╔══

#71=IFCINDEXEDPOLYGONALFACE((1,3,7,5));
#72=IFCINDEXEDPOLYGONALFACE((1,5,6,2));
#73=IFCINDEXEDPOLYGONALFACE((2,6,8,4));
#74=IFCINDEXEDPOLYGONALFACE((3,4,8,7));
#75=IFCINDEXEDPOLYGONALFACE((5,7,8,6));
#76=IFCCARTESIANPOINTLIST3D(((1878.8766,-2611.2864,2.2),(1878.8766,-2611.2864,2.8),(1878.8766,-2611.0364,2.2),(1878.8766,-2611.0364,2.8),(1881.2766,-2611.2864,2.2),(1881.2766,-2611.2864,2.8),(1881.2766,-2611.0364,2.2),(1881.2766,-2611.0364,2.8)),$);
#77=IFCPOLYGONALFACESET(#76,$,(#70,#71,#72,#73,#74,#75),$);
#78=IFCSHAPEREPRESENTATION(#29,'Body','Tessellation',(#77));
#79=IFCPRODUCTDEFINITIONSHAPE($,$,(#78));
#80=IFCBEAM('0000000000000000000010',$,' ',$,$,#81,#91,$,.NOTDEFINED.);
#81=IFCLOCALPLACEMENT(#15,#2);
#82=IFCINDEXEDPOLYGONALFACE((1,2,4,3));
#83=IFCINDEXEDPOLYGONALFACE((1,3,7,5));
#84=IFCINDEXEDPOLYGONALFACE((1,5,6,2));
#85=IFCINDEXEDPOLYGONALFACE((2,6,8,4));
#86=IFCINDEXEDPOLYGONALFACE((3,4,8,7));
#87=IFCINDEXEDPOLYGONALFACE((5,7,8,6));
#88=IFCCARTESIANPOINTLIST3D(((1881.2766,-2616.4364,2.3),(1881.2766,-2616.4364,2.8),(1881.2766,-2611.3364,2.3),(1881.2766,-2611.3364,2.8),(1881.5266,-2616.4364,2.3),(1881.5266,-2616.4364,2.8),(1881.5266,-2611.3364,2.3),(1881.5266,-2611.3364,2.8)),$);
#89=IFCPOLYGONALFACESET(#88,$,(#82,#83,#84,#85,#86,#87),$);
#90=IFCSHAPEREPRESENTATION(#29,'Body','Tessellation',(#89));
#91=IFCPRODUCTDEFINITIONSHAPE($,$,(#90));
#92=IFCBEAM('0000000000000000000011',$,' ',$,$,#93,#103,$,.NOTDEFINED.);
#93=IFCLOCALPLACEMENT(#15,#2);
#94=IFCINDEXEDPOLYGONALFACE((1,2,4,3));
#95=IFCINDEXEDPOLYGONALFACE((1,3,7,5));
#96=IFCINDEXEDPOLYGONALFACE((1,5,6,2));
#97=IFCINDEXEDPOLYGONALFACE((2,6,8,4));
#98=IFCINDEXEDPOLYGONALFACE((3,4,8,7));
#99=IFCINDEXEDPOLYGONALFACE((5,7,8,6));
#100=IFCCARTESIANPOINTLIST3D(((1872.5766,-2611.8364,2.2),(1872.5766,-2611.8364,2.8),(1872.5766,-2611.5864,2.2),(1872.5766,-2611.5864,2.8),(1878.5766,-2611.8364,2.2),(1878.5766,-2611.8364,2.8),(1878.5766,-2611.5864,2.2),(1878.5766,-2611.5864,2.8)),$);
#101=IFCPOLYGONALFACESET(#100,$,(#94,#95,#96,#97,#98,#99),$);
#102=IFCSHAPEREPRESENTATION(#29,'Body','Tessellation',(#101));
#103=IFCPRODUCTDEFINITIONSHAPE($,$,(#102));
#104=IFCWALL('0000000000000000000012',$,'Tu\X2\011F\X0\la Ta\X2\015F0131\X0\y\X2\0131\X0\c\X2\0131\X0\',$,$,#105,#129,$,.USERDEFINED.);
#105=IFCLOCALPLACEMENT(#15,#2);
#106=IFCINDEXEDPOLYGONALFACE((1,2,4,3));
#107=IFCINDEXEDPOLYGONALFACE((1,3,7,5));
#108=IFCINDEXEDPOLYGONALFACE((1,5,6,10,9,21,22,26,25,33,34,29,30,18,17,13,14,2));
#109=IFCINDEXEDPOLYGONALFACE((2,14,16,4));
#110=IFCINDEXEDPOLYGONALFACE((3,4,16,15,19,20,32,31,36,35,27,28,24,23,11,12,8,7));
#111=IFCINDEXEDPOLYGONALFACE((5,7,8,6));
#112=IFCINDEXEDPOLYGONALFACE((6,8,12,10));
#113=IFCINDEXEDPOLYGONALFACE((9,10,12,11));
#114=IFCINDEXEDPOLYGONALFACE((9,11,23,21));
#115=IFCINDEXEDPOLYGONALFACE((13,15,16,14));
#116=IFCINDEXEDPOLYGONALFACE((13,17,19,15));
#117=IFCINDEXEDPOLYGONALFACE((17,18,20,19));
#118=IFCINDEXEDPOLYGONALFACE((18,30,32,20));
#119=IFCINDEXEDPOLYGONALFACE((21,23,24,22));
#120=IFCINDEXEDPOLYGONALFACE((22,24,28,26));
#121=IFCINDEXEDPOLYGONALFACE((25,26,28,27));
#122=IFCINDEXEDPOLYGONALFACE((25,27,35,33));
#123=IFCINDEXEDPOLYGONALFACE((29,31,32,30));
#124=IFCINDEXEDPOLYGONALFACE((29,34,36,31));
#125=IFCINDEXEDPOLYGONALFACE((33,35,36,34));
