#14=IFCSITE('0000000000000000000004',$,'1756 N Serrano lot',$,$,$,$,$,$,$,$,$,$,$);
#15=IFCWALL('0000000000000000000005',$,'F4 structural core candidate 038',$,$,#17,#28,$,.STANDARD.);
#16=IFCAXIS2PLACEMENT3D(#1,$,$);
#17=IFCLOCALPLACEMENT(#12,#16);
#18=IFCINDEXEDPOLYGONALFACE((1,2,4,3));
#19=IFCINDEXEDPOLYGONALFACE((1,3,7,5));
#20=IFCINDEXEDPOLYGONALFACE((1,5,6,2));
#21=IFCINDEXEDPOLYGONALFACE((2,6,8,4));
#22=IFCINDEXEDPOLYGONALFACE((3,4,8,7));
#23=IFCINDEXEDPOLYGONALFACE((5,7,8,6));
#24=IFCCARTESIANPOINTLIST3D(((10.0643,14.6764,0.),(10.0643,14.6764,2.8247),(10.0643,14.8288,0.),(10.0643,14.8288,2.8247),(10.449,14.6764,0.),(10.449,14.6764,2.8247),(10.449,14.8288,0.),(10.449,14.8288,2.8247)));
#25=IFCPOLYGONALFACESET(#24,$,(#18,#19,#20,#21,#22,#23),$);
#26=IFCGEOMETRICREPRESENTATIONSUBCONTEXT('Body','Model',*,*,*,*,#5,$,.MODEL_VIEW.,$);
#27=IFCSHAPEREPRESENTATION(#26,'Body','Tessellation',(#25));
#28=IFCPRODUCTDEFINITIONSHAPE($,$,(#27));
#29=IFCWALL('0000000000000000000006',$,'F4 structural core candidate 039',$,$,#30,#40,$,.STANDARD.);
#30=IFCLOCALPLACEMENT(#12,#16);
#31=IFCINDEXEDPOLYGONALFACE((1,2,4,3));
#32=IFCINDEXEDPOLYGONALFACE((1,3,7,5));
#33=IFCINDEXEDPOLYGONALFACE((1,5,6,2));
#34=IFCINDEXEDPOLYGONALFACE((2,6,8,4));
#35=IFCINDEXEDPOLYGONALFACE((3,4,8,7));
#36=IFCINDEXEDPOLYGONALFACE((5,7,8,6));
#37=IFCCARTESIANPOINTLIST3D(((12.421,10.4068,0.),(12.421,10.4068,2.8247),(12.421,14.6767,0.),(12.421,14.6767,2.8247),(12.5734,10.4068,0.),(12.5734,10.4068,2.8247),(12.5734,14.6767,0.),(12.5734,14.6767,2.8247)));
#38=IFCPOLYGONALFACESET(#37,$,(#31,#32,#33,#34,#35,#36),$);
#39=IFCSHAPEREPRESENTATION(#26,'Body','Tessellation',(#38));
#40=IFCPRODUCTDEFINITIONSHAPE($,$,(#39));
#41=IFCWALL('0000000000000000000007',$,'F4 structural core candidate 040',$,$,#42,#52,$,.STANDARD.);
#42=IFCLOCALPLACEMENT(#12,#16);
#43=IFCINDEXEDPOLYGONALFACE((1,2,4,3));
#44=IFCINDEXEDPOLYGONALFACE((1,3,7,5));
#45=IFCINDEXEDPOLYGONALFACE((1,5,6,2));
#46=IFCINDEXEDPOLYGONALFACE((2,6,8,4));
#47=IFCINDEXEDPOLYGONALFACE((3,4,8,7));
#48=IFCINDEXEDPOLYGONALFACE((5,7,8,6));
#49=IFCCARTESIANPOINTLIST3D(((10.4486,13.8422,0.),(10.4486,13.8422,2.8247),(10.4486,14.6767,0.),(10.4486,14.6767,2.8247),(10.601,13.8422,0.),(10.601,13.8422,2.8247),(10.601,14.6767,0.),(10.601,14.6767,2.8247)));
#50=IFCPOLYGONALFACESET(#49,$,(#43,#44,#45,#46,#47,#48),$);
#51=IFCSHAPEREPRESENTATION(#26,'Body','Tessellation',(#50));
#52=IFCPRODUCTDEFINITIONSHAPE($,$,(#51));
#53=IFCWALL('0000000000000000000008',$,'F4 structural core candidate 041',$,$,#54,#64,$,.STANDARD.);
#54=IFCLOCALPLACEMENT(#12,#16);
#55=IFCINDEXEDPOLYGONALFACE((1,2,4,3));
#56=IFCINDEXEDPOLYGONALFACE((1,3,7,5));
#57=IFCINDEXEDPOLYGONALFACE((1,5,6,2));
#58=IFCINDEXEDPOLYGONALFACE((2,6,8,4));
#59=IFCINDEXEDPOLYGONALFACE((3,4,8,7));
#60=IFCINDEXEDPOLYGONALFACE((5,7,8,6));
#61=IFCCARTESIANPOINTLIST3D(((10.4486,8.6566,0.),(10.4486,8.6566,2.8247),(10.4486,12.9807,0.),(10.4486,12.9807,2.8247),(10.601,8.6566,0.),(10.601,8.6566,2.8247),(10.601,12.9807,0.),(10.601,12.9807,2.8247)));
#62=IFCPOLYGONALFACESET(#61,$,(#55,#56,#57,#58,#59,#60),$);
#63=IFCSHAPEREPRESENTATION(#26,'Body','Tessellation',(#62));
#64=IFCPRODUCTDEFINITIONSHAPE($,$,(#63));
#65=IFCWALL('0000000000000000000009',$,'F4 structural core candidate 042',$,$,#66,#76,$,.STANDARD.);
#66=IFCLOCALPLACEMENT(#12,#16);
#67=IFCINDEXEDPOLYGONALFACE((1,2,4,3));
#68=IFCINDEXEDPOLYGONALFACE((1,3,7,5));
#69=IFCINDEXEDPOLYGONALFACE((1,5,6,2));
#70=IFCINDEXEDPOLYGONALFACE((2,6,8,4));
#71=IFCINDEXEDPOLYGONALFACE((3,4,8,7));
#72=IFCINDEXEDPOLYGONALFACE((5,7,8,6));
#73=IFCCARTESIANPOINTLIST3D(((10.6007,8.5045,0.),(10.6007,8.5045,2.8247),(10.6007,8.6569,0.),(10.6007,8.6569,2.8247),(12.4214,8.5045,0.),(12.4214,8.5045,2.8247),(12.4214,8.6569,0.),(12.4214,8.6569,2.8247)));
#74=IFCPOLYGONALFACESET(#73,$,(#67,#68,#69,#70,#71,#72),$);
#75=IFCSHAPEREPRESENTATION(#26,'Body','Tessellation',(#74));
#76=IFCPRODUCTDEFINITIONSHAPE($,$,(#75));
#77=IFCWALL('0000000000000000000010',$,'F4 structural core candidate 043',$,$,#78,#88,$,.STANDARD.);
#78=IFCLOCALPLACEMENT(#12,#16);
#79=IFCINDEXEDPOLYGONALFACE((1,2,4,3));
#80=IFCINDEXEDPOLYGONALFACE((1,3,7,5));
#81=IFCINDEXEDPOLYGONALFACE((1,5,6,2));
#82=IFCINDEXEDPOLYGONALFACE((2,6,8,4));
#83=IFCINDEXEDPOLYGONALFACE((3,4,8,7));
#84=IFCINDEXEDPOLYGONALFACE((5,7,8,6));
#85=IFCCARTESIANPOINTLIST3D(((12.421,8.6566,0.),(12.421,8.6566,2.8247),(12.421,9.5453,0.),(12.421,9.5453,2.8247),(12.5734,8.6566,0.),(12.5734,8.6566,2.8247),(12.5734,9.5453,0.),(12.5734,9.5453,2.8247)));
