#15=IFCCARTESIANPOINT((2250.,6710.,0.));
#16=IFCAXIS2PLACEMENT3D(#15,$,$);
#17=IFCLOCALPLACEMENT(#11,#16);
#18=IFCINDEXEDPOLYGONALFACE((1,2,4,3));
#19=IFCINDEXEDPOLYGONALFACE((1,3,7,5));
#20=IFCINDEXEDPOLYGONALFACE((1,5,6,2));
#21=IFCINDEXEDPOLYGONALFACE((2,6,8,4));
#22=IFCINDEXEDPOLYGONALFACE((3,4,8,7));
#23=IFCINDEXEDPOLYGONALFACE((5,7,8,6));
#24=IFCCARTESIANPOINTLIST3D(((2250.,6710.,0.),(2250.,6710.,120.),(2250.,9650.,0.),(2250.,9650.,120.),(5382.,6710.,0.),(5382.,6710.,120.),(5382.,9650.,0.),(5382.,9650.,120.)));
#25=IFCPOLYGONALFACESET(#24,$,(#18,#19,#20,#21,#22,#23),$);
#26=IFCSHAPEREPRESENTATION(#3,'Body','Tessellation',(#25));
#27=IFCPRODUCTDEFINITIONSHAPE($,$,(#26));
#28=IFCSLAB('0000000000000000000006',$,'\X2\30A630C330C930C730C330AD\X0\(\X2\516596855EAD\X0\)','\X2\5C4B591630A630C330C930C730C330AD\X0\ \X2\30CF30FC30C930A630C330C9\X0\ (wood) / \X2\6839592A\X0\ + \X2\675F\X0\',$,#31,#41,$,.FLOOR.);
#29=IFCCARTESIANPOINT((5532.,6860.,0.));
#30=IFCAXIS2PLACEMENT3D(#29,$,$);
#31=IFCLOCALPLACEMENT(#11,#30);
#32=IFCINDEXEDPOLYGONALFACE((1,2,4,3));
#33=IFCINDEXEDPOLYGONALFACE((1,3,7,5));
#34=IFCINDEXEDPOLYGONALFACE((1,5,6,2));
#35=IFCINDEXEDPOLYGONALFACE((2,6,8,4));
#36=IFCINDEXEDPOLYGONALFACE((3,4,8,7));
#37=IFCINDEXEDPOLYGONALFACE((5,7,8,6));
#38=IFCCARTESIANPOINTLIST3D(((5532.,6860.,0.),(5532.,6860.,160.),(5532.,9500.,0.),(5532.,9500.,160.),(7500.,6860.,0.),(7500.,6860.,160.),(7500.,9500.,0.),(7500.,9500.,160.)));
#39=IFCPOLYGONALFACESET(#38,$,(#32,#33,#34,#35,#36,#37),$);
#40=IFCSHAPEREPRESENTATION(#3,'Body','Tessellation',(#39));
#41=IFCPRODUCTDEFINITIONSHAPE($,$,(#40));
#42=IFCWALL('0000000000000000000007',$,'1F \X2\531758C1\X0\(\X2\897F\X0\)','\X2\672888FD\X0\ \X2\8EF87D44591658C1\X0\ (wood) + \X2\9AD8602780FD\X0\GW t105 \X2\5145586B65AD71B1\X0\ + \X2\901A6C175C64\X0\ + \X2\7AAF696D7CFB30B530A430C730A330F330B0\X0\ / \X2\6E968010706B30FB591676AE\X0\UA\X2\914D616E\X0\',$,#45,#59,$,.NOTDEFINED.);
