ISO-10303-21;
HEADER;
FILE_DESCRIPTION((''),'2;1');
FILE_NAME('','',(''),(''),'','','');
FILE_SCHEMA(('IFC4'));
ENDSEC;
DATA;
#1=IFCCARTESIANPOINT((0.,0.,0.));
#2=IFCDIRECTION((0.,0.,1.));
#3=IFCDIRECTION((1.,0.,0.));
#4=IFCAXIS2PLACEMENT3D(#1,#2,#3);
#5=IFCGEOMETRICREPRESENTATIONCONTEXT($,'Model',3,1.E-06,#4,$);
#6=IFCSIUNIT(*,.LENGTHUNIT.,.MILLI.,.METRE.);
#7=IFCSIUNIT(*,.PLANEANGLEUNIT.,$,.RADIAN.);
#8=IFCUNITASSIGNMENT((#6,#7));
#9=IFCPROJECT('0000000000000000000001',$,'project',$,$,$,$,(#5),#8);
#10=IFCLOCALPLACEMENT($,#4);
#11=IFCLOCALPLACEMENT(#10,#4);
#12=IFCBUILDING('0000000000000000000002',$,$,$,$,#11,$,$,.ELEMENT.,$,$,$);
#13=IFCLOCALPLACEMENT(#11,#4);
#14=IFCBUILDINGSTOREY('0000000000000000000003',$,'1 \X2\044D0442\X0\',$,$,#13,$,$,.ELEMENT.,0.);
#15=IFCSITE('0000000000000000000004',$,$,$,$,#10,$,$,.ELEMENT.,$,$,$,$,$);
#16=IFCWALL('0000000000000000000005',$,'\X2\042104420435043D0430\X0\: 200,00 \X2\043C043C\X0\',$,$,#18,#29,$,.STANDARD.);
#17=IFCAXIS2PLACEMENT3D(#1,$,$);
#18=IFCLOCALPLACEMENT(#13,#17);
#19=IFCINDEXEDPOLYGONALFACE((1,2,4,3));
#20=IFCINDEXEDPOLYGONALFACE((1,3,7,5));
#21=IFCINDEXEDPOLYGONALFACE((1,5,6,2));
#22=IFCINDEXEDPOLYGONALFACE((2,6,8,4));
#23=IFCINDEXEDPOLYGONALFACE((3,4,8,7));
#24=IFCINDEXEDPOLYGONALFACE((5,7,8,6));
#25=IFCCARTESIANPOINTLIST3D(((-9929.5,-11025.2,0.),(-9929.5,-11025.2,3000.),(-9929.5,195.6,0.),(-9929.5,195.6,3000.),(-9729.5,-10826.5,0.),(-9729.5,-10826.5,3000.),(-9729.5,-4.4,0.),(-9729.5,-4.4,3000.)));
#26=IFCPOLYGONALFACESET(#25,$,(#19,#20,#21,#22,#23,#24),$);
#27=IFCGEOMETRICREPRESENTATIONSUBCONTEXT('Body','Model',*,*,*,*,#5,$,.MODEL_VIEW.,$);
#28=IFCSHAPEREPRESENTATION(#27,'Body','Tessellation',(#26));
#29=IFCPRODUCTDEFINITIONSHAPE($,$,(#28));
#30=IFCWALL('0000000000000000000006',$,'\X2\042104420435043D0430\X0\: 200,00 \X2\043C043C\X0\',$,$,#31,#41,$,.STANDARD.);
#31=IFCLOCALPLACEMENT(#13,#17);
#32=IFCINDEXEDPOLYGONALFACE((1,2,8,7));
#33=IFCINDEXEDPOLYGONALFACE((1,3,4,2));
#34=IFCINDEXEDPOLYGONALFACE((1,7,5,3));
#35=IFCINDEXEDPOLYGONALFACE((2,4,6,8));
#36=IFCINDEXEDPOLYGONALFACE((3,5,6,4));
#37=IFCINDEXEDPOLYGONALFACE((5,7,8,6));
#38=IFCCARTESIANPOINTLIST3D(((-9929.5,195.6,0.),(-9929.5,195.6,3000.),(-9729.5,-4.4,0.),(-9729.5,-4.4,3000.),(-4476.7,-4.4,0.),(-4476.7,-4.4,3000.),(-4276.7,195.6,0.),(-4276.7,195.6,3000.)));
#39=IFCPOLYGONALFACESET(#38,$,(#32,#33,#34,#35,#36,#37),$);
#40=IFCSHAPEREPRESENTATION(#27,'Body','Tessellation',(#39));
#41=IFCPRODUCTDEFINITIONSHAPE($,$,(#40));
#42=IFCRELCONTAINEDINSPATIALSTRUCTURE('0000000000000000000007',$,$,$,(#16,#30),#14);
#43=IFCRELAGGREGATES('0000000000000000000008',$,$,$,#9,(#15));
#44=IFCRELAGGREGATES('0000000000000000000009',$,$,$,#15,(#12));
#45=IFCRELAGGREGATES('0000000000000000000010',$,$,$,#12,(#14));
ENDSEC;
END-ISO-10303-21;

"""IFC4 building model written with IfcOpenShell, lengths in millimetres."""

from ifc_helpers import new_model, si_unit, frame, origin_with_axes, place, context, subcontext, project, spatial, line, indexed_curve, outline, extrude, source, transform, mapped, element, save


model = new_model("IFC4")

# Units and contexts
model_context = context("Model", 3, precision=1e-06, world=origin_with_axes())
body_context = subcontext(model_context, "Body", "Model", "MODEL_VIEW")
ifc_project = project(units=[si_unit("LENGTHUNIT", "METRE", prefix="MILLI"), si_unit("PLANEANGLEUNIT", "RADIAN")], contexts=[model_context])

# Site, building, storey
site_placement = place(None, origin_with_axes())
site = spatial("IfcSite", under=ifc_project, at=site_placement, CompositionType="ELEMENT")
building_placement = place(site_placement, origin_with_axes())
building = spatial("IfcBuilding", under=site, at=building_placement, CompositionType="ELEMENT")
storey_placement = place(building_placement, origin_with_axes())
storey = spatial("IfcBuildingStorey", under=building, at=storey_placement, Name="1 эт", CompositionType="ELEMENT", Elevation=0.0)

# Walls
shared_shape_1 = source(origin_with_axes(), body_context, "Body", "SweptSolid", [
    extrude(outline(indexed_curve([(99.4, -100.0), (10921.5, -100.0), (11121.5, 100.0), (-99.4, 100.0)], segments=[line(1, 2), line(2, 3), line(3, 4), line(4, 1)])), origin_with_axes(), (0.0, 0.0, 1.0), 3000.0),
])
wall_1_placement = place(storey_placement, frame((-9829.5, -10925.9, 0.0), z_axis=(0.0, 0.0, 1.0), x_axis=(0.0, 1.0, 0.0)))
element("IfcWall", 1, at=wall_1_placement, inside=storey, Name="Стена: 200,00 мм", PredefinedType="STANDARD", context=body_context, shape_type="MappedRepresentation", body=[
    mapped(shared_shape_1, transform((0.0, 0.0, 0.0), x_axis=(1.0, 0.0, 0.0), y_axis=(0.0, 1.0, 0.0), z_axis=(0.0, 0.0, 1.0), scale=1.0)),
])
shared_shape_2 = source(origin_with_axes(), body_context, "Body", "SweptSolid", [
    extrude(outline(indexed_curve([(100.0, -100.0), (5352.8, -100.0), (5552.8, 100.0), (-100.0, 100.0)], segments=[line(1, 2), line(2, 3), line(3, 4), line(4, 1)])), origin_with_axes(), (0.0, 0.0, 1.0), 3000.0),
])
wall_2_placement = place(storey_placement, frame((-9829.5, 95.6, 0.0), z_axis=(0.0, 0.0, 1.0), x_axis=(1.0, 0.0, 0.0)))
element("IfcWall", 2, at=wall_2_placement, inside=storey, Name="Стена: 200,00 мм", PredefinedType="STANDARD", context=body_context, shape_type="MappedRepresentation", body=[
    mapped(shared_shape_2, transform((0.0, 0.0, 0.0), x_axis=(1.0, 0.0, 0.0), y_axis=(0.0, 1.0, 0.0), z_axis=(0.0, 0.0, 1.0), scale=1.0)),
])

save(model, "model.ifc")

╚══

What you give back must be the stretch above, starting at the line with "#7=IFCSIUNIT(*,.PLANEANGLEUNIT.,$,.RADIAN.);" and ending at the line with "#24=IFCINDEXEDPOLYGONALFACE((5,7,8,6));", copied exactly.

▶ _RESULT FOR THIS TASK_
#7=IFCSIUNIT(*,.PLANEANGLEUNIT.,$,.RADIAN.);
#8=IFCUNITASSIGNMENT((#6,#7));
#9=IFCPROJECT('0000000000000000000001',$,'project',$,$,$,$,(#5),#8);
#10=IFCLOCALPLACEMENT($,#4);
#11=IFCLOCALPLACEMENT(#10,#4);
#12=IFCBUILDING('0000000000000000000002',$,$,$,$,#11,$,$,.ELEMENT.,$,$,$);
#13=IFCLOCALPLACEMENT(#11,#4);
#14=IFCBUILDINGSTOREY('0000000000000000000003',$,'1 \X2\044D0442\X0\',$,$,#13,$,$,.ELEMENT.,0.);
#15=IFCSITE('0000000000000000000004',$,$,$,$,#10,$,$,.ELEMENT.,$,$,$,$,$);
#16=IFCWALL('0000000000000000000005',$,'\X2\042104420435043D0430\X0\: 200,00 \X2\043C043C\X0\',$,$,#18,#29,$,.STANDARD.);
#17=IFCAXIS2PLACEMENT3D(#1,$,$);
#18=IFCLOCALPLACEMENT(#13,#17);
#19=IFCINDEXEDPOLYGONALFACE((1,2,4,3));
#20=IFCINDEXEDPOLYGONALFACE((1,3,7,5));
#21=IFCINDEXEDPOLYGONALFACE((1,5,6,2));
#22=IFCINDEXEDPOLYGONALFACE((2,6,8,4));
#23=IFCINDEXEDPOLYGONALFACE((3,4,8,7));
#24=IFCINDEXEDPOLYGONALFACE((5,7,8,6));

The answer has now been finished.